Recently, the VITEK 2 YST (software 8.01) system was updated and it now enables identification of Candida auris.
The species was not generally present in mass spectrum databases for MALDI-TOF identification systems. However, Bruker and VitekMS systems enable the use of “research” databases in which the species has been used, in order to reliably identify it compared to other Candida species in particular.
Identification methods via comparative sequencing of the D1/D2 region or the ITS region enable completely reliable identification of the species. In our databases (Eurofins IDmyk) we have the reference sequences of the representative strains from this species (type strain and others) and are able to very effectively identify this species. The CDC recommends the use of comparative sequencing to identify yeasts resistant to antifungal drugs and/or “ambiguously” identified as the above-mentioned species using biochemical or proteomic methods in the absence of a reference spectrum in databases.

Habitat
The natural habitat is not known.

Control methods
The CDC recommends the use of fungicidal disinfectants, but also sporicidal disinfectants, including those tried and tested for Clostridium for surfaces in hospital settings and laboratories.

Conclusion

The global emergence of this Candida auris yeast species is causing major concern, as did the emergence ofCryptococcus neoformans, Cryptococcus gattii, Candida glabrata, Candida krusei, etc. before it..

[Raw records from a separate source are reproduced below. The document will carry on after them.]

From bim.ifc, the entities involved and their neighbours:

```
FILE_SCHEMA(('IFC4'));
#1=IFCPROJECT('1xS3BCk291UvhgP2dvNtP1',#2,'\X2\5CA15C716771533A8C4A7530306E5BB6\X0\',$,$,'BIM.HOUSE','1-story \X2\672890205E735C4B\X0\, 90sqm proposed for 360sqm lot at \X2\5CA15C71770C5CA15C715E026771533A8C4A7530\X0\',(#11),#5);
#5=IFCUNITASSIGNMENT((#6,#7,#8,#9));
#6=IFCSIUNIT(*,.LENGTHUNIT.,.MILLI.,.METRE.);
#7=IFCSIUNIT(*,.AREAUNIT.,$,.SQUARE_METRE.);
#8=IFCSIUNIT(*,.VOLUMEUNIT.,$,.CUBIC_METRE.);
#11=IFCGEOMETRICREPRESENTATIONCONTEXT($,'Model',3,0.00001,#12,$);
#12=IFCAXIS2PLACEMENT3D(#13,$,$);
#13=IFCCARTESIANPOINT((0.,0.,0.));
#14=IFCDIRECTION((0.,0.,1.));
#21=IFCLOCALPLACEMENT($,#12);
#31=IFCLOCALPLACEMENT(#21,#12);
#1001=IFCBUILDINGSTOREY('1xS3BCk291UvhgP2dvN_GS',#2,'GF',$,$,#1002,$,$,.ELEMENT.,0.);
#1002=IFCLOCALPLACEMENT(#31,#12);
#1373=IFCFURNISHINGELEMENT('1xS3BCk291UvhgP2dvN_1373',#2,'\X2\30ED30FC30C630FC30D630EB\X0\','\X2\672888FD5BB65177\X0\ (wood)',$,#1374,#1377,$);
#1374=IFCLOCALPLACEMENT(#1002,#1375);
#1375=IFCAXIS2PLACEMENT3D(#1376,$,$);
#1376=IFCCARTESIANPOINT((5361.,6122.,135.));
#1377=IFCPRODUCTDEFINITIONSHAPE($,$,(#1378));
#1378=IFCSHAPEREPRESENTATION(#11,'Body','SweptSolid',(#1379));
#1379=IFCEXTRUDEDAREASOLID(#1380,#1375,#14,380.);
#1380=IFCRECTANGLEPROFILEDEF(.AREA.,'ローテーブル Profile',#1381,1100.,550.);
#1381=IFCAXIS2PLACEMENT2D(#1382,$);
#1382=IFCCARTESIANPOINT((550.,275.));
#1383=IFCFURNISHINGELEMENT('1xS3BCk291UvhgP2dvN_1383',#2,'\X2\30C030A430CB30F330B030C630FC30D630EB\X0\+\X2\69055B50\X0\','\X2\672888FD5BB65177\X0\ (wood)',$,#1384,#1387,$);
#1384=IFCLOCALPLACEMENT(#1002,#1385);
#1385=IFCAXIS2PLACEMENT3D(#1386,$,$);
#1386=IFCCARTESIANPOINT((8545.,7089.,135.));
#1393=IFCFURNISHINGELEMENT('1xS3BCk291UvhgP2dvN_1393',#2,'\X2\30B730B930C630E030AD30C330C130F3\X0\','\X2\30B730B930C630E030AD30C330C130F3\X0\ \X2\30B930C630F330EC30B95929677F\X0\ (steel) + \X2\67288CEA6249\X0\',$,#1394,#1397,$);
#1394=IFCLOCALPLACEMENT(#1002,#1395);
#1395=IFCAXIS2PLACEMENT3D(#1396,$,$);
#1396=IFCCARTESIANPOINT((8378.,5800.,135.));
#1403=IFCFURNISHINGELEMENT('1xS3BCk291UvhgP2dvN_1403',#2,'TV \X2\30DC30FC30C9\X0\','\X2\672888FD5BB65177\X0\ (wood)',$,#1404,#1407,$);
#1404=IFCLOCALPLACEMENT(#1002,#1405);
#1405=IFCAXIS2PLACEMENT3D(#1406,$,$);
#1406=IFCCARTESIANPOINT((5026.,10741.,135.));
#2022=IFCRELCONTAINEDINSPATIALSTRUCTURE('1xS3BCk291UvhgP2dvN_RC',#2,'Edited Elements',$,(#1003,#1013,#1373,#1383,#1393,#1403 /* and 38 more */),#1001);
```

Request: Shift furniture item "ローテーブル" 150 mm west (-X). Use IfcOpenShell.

```python
import ifcopenshell
import ifcopenshell.api.geometry
import ifcopenshell.util.placement
import ifcopenshell.util.unit

model = ifcopenshell.open("bim.ifc")
unit_scale = ifcopenshell.util.unit.calculate_unit_scale(model)

item = model.by_guid("1xS3BCk291UvhgP2dvN_1373")
matrix = ifcopenshell.util.placement.get_local_placement(item.ObjectPlacement)
matrix[0, 3] -= 0.15 / unit_scale
ifcopenshell.api.geometry.edit_object_placement(model, product=item, matrix=matrix, is_si=False)

print(ifcopenshell.util.placement.get_local_placement(item.ObjectPlacement).round(3) + 0.0)

model.write("bim_edited.ifc")
```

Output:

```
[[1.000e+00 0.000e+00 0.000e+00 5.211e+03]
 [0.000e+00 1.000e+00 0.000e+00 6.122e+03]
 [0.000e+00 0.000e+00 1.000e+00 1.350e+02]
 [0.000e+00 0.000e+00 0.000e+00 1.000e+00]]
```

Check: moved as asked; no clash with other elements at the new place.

However, the latter did not accumulate as many factors favorable to epidemic spread, which is why the CDC issued its exceptional alert. It underlines our vulnerability to fungal infections and the limitations of the therapeutic weapons currently available to us. It also highlights the need to accurately identify microorganisms in general and yeasts in particular. Although yeasts are rarely a problem on a pharmaceutical industry level (frequency, occurrence, non thermotolerance, etc.), we regularly identify yeasts of various origins by comparative sequencing.
We are prepared for, and particularly alert to, the possible identification of this “killer” yeast.